Some snippets
Keynes on how to achieve recovery
or public authority must be called in aid to create additional current incomes through the expenditure of borrowed or printed money. [skip] "Thus as the prime mover in the first stage of the technique of recovery I lay overwhelming emphasis on the increase of national purchasing power resulting from governmental expenditure which is financed by Loans and not by taxing present incomes. Nothing else counts in comparison with this.I dare to comment on Keynes.
Keynes hadn't arrived at The General Theory (1926) yet, or, at least, he hadn't arrived at Hicks (1937). In the IS-LM model, increased public spending causes increased aggregate demand even if it is financed through increased taxes. Deficit spending has a larger effect, but balanced budget spending increases have a positive multiplier (equal to 1 if the economy is in a liquidity trap).

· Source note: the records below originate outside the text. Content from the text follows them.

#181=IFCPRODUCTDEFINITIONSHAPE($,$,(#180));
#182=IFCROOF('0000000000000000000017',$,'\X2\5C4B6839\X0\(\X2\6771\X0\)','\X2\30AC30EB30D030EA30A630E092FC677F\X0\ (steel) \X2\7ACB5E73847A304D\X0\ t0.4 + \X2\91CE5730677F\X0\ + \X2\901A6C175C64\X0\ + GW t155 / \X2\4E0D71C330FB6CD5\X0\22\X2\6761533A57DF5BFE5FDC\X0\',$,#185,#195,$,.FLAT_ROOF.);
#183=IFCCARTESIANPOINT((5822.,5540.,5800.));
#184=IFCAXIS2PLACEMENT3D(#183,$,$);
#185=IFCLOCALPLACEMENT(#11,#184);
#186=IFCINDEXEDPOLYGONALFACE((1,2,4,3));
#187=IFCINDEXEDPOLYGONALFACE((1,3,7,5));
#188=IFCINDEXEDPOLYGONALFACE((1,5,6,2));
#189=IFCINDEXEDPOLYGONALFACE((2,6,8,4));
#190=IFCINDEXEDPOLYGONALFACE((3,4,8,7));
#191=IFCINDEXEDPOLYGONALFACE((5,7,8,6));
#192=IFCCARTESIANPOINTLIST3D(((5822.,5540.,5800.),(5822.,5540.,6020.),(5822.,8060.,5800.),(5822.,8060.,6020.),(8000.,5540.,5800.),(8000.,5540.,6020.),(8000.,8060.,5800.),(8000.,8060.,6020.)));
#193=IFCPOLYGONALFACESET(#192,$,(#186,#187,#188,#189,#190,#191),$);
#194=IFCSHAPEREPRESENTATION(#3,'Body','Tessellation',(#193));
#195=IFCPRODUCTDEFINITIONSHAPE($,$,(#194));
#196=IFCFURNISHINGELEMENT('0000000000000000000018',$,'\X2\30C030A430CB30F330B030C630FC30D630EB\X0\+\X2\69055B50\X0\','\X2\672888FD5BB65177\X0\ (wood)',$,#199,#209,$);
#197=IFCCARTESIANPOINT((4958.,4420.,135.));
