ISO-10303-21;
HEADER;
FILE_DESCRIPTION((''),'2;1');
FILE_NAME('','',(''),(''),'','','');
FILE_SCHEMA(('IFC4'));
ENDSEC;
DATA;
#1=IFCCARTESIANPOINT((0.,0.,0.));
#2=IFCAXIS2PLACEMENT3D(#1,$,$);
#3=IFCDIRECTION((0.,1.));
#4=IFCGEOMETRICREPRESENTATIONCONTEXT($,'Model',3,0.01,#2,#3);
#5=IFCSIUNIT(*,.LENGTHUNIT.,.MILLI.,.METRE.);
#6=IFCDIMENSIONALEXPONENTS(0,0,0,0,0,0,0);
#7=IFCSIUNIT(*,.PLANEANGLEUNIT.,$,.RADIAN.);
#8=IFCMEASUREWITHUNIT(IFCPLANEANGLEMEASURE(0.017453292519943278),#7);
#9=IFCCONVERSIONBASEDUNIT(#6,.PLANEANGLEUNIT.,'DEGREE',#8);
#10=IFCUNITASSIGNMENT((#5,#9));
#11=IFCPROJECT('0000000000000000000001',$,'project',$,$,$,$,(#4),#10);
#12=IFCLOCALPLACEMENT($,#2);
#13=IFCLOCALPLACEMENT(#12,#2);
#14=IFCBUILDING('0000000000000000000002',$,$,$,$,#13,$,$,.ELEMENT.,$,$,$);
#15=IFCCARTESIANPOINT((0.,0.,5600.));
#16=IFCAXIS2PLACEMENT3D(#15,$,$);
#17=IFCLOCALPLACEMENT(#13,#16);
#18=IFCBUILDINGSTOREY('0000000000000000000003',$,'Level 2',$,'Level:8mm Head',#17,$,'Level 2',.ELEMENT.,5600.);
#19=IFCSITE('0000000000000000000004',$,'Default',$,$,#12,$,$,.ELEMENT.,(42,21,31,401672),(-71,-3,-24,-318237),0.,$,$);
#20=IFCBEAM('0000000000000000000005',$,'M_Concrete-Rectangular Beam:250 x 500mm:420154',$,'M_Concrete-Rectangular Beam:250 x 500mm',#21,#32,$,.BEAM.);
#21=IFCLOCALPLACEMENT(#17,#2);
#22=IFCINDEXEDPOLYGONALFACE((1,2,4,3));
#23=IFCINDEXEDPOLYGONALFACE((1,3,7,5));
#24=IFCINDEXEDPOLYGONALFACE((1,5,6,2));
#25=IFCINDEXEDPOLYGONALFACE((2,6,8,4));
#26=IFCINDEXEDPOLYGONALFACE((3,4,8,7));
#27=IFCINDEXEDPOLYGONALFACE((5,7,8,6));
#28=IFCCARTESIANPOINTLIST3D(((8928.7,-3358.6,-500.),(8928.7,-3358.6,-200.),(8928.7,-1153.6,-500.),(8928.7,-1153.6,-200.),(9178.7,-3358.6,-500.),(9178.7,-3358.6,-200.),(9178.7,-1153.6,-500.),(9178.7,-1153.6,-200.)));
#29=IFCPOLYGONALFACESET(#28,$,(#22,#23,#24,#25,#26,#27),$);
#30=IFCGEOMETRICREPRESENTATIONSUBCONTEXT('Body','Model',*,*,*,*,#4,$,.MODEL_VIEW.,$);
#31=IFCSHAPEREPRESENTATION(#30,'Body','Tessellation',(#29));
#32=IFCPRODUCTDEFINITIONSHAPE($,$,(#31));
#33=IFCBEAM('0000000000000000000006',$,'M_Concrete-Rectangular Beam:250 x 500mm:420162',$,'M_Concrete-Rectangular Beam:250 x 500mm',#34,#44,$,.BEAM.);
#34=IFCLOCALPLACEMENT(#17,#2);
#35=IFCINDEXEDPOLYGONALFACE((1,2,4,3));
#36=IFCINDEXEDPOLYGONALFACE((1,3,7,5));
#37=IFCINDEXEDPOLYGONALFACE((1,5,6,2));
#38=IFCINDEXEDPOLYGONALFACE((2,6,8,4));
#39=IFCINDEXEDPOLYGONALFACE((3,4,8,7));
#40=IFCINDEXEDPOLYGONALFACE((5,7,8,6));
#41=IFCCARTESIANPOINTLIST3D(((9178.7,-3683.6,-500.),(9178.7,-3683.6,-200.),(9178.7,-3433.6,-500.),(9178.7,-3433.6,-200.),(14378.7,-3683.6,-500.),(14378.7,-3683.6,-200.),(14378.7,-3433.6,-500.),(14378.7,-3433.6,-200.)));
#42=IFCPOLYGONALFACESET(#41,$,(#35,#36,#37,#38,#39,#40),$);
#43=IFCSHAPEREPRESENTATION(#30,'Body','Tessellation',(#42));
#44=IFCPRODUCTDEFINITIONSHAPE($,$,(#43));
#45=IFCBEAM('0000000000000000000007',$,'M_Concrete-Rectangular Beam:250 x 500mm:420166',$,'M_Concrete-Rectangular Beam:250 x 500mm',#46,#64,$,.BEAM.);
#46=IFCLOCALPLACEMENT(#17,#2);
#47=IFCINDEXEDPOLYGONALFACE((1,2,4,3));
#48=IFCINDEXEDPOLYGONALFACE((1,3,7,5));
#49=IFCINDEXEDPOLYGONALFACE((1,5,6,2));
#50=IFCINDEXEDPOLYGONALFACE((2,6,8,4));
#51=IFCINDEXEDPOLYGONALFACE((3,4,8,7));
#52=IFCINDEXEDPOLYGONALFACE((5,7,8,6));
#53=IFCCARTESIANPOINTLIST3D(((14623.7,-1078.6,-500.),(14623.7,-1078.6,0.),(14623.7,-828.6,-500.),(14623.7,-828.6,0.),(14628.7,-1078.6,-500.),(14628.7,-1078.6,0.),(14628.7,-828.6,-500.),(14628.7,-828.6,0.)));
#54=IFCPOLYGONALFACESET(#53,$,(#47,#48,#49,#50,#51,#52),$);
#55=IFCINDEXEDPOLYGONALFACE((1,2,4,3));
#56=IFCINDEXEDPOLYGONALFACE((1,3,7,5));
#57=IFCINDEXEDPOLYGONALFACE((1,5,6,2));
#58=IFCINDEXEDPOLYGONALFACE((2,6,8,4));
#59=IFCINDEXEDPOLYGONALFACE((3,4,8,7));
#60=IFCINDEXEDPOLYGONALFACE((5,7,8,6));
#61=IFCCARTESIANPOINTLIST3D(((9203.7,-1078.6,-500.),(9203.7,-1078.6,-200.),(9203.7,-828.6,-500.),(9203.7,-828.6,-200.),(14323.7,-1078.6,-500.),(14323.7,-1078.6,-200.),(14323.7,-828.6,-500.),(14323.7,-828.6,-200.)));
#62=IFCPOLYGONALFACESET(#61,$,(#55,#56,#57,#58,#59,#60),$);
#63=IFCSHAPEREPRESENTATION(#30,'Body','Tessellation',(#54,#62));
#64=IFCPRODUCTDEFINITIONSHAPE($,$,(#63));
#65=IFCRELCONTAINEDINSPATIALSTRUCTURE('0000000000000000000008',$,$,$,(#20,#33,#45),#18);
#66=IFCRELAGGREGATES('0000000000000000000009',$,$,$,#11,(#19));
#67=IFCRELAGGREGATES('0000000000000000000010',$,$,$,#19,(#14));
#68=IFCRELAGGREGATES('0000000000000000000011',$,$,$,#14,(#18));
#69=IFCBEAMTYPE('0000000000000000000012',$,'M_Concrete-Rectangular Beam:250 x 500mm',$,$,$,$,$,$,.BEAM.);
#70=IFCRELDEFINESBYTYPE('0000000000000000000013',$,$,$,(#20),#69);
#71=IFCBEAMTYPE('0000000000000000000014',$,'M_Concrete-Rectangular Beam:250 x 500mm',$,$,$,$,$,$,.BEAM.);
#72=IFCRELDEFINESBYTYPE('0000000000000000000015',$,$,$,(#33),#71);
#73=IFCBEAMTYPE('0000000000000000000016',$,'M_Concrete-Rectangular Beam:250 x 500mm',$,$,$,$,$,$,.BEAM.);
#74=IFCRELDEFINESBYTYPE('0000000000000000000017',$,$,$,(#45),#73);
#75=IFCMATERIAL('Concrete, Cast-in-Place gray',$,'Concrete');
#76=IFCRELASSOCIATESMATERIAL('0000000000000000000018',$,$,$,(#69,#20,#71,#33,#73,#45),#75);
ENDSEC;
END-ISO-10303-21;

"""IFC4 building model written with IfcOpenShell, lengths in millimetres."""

from ifc_helpers import new_model, entity, si_unit, converted_unit, direction, frame, origin, place, context, subcontext, project, spatial, indexed_curve, outline, extrude, source, transform, mapped, material, type_object, type_shapes, element, save


model = new_model("IFC4")

# Units and contexts
model_context = context("Model", 3, precision=0.01, world=origin(), true_north=direction((0.0, 1.0)))
body_context = subcontext(model_context, "Body", "Model", "MODEL_VIEW")
ifc_project = project(units=[si_unit("LENGTHUNIT", "METRE", prefix="MILLI"), converted_unit("PLANEANGLEUNIT", "DEGREE", entity("IfcPlaneAngleMeasure", 0.017453292519943278), si_unit("PLANEANGLEUNIT", "RADIAN"), dimensions=[0, 0, 0, 0, 0, 0, 0])], contexts=[model_context])

# Site, building, storey
site_placement = place(None, origin())
site = spatial("IfcSite", under=ifc_project, at=site_placement, Name="Default", CompositionType="ELEMENT", RefLatitude=(42, 21, 31, 401672), RefLongitude=(-71, -3, -24, -318237), RefElevation=0.0)
building_placement = place(site_placement, origin())
building = spatial("IfcBuilding", under=site, at=building_placement, CompositionType="ELEMENT")
storey_placement = place(building_placement, frame((0.0, 0.0, 5600.0)))
storey = spatial("IfcBuildingStorey", under=building, at=storey_placement, Name="Level 2", ObjectType="Level:8mm Head", LongName="Level 2", CompositionType="ELEMENT", Elevation=5600.0)

# Beams
ifc_material_1 = material(Name="Concrete, Cast-in-Place gray", Category="Concrete")
beam_type_1 = type_object("IfcBeamType", Name="M_Concrete-Rectangular Beam:250 x 500mm", PredefinedType="BEAM", material=ifc_material_1)
shared_shape_1 = source(origin(), body_context, "Body", "SweptSolid", [
    extrude(outline(indexed_curve([(-125.0, -150.0), (125.0, -150.0), (125.0, 150.0), (-125.0, 150.0), (-125.0, -150.0)], self_intersect=False)), frame((9053.7, -1153.6, 5250.0), z_axis=(0.0, -1.0, 0.0), x_axis=(-1.0, 0.0, 0.0)), (0.0, 0.0, 1.0), 2205.0),
])
type_shapes(beam_type_1, [shared_shape_1])
beam_1_placement = place(storey_placement, frame((0.0, 0.0, -5600.0)))
element("IfcBeam", 1, at=beam_1_placement, inside=storey, type_object=beam_type_1, material=ifc_material_1, Name="M_Concrete-Rectangular Beam:250 x 500mm:420154", ObjectType="M_Concrete-Rectangular Beam:250 x 500mm", PredefinedType="BEAM", context=body_context, shape_type="MappedRepresentation", body=[
    mapped(shared_shape_1, transform((0.0, 0.0, 0.0), scale=1.0)),
])
beam_type_2 = type_object("IfcBeamType", Name="M_Concrete-Rectangular Beam:250 x 500mm", PredefinedType="BEAM", material=ifc_material_1)
shared_shape_2 = source(origin(), body_context, "Body", "SweptSolid", [
    extrude(outline(indexed_curve([(-150.0, -125.0), (150.0, -125.0), (150.0, 125.0), (-150.0, 125.0), (-150.0, -125.0)], self_intersect=False)), frame((9178.7, -3558.6, 5250.0), z_axis=(1.0, 0.0, 0.0), x_axis=(0.0, 0.0, -1.0)), (0.0, 0.0, 1.0), 5200.0),
])
type_shapes(beam_type_2, [shared_shape_2])
beam_2_placement = place(storey_placement, frame((0.0, 0.0, -5600.0)))
element("IfcBeam", 2, at=beam_2_placement, inside=storey, type_object=beam_type_2, material=ifc_material_1, Name="M_Concrete-Rectangular Beam:250 x 500mm:420162", ObjectType="M_Concrete-Rectangular Beam:250 x 500mm", PredefinedType="BEAM", context=body_context, shape_type="MappedRepresentation", body=[
    mapped(shared_shape_2, transform((0.0, 0.0, 0.0), scale=1.0)),
])
beam_type_3 = type_object("IfcBeamType", Name="M_Concrete-Rectangular Beam:250 x 500mm", PredefinedType="BEAM", material=ifc_material_1)
shared_shape_3 = source(origin(), body_context, "Body", "SweptSolid", [
    extrude(outline(indexed_curve([(-250.0, -125.0), (250.0, -125.0), (250.0, 125.0), (-250.0, 125.0), (-250.0, -125.0)], self_intersect=False)), frame((14623.7, -953.6, 5350.0), z_axis=(1.0, 0.0, 0.0), x_axis=(0.0, 0.0, -1.0)), (0.0, 0.0, 1.0), 5.0),
    extrude(outline(indexed_curve([(-150.0, -125.0), (150.0, -125.0), (150.0, 125.0), (-150.0, 125.0), (-150.0, -125.0)], self_intersect=False)), frame((9203.7, -953.6, 5250.0), z_axis=(1.0, 0.0, 0.0), x_axis=(0.0, 0.0, -1.0)), (0.0, 0.0, 1.0), 5120.0),
])
type_shapes(beam_type_3, [shared_shape_3])
beam_3_placement = place(storey_placement, frame((0.0, 0.0, -5600.0)))
element("IfcBeam", 3, at=beam_3_placement, inside=storey, type_object=beam_type_3, material=ifc_material_1, Name="M_Concrete-Rectangular Beam:250 x 500mm:420166", ObjectType="M_Concrete-Rectangular Beam:250 x 500mm", PredefinedType="BEAM", context=body_context, shape_type="MappedRepresentation", body=[
    mapped(shared_shape_3, transform((0.0, 0.0, 0.0), scale=1.0)),
])

save(model, "model.ifc")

Coppola explains "What exactly was Keynes criticising in this letter? It was FDR's National Industrial Recovery Programme: "
Coppola on Keynes and Krugman
And I'm sorry, Professor Krugman, but he doesn't have much time for arguments that deliberately raising inflation will magically restore output, either:I comment
there is much less to be said in favour of rising prices, if they are brought about at the expense of rising output. Some debtors may be helped, but the national recovery as a whole will be retarded. Thus rising prices caused by deliberately increasing prime costs or by restricting output have a vastly inferior value to rising prices which are the natural result of an increase in the nation's purchasing power...... ......too much emphasis on the remedial value of a higher price-level as an object in itself may lead to serious misapprehension as to the part which prices can play in the technique of recovery. The stimulation of output by increasing aggregate purchasing power is the right way to get prices up; and not the other way round".

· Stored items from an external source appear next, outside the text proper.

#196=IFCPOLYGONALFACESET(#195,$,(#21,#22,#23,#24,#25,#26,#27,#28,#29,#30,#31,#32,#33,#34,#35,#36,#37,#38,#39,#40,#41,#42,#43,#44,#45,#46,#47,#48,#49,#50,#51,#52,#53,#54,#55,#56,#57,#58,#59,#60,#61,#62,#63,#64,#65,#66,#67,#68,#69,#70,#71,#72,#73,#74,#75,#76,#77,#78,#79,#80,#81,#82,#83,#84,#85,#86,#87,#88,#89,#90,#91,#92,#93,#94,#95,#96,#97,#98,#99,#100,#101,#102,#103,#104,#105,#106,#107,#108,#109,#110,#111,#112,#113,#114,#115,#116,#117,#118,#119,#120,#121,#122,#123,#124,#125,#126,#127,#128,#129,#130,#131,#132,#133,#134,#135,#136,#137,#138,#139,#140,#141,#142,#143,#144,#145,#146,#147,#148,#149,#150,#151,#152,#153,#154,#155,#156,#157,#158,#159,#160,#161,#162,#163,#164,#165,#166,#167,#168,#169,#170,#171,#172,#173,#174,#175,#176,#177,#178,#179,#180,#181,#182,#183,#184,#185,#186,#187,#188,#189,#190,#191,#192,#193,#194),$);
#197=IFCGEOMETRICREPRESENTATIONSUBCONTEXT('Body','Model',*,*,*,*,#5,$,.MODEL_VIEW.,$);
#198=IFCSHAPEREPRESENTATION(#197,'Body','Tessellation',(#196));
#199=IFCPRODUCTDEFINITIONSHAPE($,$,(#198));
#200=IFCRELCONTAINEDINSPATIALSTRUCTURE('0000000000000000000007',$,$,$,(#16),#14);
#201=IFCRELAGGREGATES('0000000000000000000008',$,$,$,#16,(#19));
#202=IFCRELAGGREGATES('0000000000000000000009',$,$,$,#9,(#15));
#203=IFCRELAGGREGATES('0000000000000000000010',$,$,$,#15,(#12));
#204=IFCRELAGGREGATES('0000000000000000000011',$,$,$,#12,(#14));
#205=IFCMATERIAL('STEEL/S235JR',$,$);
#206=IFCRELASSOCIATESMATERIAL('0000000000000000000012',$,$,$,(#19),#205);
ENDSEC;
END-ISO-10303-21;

You are a bit hard on Krugman who would not advocate a National Industrial Recovery Act (I don't know of any economist who thinks it was a good bill). Increased inflation due to promised loose money in the future is quite different.
Also the data from 1933-4 tend provide some support for FDR versus Keynes round one (as the data from 1937-8 overwhelmingly support Keynes v FDR round two). Notably deflation ended and investment levels suggest expected inflation increased sharply. Many (including especially Christina Romer and often Brad DeLong) assert that this must have been due to the US going off the gold standard. But the NIRA aimed to cause this to happen, then it happened. The NIRA involved meddling with the price mechanism (indeed allowing and encouraging anti competitive practices). It is generally detested (also by me). But the few data points of evidence correspond to the hopes of those who enacted it.